# The three different kinds of exam takers.



## paper lilies (Dec 6, 2011)

Which one are you?


----------



## Azelll (Jan 19, 2011)

I am generally the type who doesn't pay attention in class, than later during the test I some how know the answers and at least 8 out of 10 of the time I get something between a C+ to an A lol my teachers called me the educated guesser. I told them I am just super intuitive


----------



## L'Empereur (Jun 7, 2010)

Hermoine.....


----------



## La Li Lu Le Lo (Aug 15, 2011)

All three, depending on the subject.


----------



## EdBogie (Aug 15, 2011)

Usually Hermione, only because I study way more than is humanly healthy, but I definitely have my Ron moments. >_<


----------



## Alice_Morgan (Dec 14, 2011)

It really depends on what class I'm taking, but most of the time I'm Ron, especially when it comes to essays.


----------



## BeauGarcon (May 11, 2011)

I have the body language/mimic of Ron while I do an exam.


----------



## Kormoran (Mar 15, 2012)

I'm the guy in the middle for what I'm not really interested in. When I'm interested I'm like the girl.


----------



## dejavu (Jun 23, 2010)

It depends on the subject. I'd say I vary between Ron and Hermione.


----------



## Paradox of Vigor (Jul 7, 2010)

I don't understand Potter's reaction.


----------



## U-80 (Mar 12, 2010)

I'm the one who remembers to bring a real pen.


----------



## Jennywocky (Aug 7, 2009)

I'm good at making up essay responses and pulling test answers out of the air, if I don't know them outright. 
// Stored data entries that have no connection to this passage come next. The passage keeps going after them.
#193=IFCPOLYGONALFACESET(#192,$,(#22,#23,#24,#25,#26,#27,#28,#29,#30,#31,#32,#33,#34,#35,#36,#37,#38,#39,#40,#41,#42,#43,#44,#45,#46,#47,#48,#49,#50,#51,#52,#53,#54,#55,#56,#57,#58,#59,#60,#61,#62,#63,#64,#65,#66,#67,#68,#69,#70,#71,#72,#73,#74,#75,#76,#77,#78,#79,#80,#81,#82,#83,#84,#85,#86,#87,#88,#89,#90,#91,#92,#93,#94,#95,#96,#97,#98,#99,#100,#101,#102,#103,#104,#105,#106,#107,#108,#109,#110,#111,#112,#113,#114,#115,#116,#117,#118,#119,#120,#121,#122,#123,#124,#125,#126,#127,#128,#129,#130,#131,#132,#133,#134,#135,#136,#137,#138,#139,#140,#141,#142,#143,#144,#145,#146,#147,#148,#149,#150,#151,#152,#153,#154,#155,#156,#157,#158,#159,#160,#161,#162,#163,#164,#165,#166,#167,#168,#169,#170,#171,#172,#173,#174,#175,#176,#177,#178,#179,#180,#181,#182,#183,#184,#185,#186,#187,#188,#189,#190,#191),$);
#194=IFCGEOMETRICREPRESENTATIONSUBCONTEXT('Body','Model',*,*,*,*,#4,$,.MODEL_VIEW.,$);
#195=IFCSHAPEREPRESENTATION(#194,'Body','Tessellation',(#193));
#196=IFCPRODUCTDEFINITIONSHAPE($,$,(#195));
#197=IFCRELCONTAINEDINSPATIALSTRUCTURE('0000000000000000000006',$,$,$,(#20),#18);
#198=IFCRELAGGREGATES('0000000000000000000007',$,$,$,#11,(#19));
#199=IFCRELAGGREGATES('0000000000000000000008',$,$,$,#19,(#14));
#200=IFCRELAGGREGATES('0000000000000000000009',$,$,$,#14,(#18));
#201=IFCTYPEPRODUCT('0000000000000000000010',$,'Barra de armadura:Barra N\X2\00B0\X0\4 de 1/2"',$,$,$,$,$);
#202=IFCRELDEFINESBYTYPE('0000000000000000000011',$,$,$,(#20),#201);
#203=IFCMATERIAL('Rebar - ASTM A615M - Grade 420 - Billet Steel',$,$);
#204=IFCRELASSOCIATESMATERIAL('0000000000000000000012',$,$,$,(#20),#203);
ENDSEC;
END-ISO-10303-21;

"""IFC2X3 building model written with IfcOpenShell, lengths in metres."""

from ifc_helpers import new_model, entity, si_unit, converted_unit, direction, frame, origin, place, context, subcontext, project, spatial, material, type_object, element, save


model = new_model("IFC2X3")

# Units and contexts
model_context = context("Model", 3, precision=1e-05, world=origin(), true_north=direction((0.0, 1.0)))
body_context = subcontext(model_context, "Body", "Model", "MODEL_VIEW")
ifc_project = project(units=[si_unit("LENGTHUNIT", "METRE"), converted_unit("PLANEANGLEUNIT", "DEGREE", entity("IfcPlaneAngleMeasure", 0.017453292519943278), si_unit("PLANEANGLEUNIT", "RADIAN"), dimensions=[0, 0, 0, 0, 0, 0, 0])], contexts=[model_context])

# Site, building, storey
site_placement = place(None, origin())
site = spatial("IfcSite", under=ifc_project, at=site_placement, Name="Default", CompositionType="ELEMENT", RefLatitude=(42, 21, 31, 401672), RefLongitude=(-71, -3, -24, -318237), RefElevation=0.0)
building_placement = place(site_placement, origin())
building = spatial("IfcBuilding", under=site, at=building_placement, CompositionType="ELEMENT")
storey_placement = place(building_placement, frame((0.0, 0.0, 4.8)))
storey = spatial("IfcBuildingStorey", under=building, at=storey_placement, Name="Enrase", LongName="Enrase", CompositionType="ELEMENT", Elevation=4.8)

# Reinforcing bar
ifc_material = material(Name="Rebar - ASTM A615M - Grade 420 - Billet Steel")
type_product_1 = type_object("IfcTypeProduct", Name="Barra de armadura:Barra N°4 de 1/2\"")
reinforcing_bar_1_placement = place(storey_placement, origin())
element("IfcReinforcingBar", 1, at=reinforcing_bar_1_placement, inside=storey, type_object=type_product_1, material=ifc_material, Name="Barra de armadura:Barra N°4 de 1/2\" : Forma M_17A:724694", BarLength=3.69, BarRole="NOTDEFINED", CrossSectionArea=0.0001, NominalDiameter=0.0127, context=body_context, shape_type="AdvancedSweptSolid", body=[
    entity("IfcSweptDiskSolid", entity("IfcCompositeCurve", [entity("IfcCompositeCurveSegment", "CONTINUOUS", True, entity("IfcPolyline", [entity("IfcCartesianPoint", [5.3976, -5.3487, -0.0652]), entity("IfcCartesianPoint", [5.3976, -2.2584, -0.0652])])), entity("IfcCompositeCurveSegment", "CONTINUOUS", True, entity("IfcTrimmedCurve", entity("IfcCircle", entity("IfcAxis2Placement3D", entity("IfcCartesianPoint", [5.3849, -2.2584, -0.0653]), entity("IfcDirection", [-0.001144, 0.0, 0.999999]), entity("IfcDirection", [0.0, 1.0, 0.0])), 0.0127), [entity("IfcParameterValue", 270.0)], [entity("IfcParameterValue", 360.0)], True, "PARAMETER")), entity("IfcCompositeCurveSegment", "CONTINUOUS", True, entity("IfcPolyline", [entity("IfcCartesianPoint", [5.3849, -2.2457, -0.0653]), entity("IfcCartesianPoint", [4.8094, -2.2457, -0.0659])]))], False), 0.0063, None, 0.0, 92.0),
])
... well, except for that level 300 statistics course in college. *blech*


----------



## Psychophlegmatic (Apr 29, 2012)

It depends on my level of interest and what the subject matter is. 

Math= Harry
Everything else= Hermione/ Ron


----------



## FillInTheBlank (Dec 24, 2011)

Usually, I know the answers but I've had my Ron moments in tests for classes I didn't like or for tests I didn't study hard enough on.


----------



## goesupinward (Jun 11, 2010)

I'm mostly Ron. I would remember the information instead of knowing the notes mostly and it has helped in college so far.


----------



## Dart07 (Jun 17, 2011)

"Oh I know this" is usually me. If I have no idea what is going on, then I'm "I must remember something."


----------



## aconite (Mar 26, 2012)

Um, Hermione. I guess


----------



## Yomotsu Risouka (May 11, 2012)

"Sleep through half the classes. Play video games the other half. Walk in, ace test in a fraction of the allotted time, spend the rest of the period making funny faces at whoever else has finished."
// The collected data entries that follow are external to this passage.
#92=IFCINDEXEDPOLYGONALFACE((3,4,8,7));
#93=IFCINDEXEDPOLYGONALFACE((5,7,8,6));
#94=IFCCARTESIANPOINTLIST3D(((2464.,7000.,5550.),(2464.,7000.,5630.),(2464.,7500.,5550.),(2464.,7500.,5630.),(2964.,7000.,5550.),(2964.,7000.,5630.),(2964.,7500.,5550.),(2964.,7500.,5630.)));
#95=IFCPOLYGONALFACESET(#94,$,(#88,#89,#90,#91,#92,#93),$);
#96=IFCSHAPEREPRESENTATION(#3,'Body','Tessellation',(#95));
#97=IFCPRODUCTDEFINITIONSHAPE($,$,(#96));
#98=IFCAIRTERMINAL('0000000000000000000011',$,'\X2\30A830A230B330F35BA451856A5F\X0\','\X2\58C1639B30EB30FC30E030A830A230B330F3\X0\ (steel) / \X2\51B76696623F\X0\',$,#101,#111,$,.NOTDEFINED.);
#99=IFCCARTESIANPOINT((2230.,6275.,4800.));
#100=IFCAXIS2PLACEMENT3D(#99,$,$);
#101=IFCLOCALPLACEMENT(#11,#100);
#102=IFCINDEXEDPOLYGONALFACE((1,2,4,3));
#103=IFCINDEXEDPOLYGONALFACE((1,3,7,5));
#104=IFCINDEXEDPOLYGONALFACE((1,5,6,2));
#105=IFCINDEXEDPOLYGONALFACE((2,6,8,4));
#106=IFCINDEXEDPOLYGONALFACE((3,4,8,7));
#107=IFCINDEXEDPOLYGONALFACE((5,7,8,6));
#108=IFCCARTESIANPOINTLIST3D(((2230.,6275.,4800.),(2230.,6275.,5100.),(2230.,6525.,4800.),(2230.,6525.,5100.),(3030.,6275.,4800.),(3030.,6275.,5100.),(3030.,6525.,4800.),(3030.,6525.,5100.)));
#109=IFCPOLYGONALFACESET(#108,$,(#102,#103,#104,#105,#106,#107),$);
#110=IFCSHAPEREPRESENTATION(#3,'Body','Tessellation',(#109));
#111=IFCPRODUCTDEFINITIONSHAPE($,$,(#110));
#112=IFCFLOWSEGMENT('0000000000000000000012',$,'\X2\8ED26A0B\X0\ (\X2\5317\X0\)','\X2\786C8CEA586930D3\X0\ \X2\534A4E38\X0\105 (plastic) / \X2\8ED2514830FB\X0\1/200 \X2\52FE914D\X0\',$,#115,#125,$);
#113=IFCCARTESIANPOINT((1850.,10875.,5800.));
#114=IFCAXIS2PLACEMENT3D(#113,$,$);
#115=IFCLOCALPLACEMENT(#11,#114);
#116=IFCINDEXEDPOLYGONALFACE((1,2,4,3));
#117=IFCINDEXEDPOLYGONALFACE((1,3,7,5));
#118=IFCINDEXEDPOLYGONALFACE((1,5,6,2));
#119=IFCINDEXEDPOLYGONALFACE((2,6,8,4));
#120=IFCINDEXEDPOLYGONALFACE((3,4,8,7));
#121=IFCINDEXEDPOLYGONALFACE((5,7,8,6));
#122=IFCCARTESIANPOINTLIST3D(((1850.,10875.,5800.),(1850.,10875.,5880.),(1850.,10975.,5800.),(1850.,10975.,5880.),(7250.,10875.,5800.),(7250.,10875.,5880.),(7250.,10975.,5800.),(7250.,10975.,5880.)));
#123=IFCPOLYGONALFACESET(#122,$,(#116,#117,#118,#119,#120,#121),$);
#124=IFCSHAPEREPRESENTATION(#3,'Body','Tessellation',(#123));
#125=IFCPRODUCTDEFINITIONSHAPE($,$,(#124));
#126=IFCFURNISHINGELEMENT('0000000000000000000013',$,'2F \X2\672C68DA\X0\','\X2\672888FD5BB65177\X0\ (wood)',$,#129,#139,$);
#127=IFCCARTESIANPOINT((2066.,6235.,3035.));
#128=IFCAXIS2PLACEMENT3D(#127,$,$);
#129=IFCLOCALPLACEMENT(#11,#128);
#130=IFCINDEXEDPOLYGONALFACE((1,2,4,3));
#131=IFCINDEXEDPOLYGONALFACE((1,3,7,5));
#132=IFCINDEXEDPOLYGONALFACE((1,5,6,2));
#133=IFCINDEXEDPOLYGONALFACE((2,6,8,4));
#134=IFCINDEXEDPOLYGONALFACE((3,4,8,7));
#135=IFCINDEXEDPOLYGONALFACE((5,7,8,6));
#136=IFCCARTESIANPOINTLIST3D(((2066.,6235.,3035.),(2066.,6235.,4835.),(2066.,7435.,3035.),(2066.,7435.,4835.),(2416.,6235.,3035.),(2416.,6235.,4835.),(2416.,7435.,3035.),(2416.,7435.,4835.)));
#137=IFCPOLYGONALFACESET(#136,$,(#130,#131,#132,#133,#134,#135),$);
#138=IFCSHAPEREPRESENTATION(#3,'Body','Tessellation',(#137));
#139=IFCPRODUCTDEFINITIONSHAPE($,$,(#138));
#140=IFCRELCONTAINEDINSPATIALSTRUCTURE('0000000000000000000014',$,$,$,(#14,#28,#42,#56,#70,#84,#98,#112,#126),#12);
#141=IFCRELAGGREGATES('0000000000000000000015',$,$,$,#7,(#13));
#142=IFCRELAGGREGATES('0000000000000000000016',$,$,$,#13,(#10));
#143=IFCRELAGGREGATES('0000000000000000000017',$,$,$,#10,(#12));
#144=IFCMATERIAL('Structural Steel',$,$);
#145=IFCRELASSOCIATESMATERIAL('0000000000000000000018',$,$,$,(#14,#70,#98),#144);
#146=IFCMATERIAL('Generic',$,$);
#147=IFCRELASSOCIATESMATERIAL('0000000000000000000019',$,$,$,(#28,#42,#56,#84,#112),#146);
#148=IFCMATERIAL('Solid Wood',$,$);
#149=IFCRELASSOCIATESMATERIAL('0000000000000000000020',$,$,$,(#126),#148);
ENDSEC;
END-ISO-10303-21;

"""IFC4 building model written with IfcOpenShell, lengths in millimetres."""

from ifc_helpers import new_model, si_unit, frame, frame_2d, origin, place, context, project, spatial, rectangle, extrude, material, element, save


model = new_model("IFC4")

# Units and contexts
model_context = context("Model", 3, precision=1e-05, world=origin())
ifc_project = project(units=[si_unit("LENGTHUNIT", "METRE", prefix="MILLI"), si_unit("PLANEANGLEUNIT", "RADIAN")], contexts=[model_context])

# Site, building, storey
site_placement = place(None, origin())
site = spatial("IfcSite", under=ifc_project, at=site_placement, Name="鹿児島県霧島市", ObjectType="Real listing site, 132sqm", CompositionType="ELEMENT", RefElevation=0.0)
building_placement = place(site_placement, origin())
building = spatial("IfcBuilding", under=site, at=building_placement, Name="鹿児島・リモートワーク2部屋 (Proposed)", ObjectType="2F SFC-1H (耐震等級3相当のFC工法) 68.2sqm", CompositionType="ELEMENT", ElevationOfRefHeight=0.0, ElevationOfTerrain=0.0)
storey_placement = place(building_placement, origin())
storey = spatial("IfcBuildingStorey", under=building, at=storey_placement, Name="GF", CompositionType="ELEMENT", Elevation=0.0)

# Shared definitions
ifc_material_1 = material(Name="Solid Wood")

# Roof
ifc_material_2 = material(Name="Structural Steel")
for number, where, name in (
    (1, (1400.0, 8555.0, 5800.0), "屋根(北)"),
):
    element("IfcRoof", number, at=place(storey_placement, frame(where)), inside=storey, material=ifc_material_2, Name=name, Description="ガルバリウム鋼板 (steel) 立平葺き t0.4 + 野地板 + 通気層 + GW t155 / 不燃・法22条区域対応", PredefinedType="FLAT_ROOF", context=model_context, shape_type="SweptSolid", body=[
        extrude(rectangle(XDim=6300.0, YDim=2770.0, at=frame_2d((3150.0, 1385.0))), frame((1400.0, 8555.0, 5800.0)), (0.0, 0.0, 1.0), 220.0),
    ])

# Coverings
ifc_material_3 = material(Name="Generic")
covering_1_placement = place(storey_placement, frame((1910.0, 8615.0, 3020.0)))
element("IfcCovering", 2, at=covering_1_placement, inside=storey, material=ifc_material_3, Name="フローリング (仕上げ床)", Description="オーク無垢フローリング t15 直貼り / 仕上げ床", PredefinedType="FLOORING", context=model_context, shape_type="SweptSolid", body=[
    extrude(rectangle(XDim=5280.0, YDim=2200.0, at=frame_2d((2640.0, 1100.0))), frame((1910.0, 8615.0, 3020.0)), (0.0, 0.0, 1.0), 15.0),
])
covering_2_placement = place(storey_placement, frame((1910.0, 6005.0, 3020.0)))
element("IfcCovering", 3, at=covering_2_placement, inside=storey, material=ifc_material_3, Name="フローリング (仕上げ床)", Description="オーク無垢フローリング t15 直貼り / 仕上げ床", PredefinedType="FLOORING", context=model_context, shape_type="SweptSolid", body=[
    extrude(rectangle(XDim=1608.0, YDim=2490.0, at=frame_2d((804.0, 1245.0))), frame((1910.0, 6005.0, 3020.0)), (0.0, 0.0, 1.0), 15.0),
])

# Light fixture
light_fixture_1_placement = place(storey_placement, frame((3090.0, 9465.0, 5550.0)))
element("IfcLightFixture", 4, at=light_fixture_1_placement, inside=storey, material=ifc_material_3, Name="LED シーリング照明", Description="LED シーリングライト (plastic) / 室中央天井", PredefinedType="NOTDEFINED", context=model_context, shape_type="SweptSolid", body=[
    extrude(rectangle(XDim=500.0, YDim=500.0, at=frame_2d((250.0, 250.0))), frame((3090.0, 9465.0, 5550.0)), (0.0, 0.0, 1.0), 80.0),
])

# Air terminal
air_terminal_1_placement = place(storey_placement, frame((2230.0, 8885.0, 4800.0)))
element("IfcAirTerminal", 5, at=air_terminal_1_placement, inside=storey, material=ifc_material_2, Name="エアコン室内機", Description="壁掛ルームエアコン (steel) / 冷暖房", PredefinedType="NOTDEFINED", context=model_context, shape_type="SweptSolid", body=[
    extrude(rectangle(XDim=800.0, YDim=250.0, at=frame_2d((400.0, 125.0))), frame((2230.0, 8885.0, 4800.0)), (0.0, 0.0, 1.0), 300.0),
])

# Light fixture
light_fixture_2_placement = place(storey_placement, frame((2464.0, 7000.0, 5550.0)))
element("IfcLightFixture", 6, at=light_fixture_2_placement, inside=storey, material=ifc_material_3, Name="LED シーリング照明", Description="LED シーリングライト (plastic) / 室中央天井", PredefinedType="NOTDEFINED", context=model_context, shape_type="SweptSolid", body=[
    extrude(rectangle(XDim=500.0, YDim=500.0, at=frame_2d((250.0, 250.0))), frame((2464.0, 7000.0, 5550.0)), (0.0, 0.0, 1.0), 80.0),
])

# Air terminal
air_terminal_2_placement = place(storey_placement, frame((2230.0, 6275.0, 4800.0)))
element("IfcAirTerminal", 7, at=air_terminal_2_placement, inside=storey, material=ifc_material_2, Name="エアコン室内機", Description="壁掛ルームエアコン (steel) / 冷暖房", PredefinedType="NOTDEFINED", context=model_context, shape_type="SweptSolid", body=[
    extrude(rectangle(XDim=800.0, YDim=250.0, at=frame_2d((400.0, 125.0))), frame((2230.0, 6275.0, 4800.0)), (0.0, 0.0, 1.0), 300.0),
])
Why isn't this an option? Do I not count? :sad:


----------



## Angelic Gardevoir (Oct 7, 2010)

Most of the time I'm Hermoine, though I've had Ron moments too.


----------



## SophiaScorpia (Apr 15, 2012)

paper lilies said:


> Which one are you?


Most of the time, Hermione. But I experience my Ron and Harry moments, too.


----------



## Fallen Nocturne (May 13, 2012)

All of the subjects I cared enough about to pay attention in class I know most of the answers, though the exams will occasionally throw a curve ball which has nothing to do with the specifications. I don't do a great deal of studying though. Once I understand something, I don't forget it.


----------



## Hruberen (Jan 2, 2012)

It depends how much I was paying attention in class, if I was paying any kind of attention then I'd know exactly what to do, otherwise it would be the second option as I can usually puzzle it out based on the test.


----------



## Zster (Mar 7, 2011)

Honestly, there needs to be a 4th type: "I know what I know, and HOPE to remember the rest".

I rely on my gut guesses for anything that I don't know, which more often than not proves correct. I typically color code my notes and so figure a subconscious "guess" could reflect that or any number of things that I am not consciously recalling.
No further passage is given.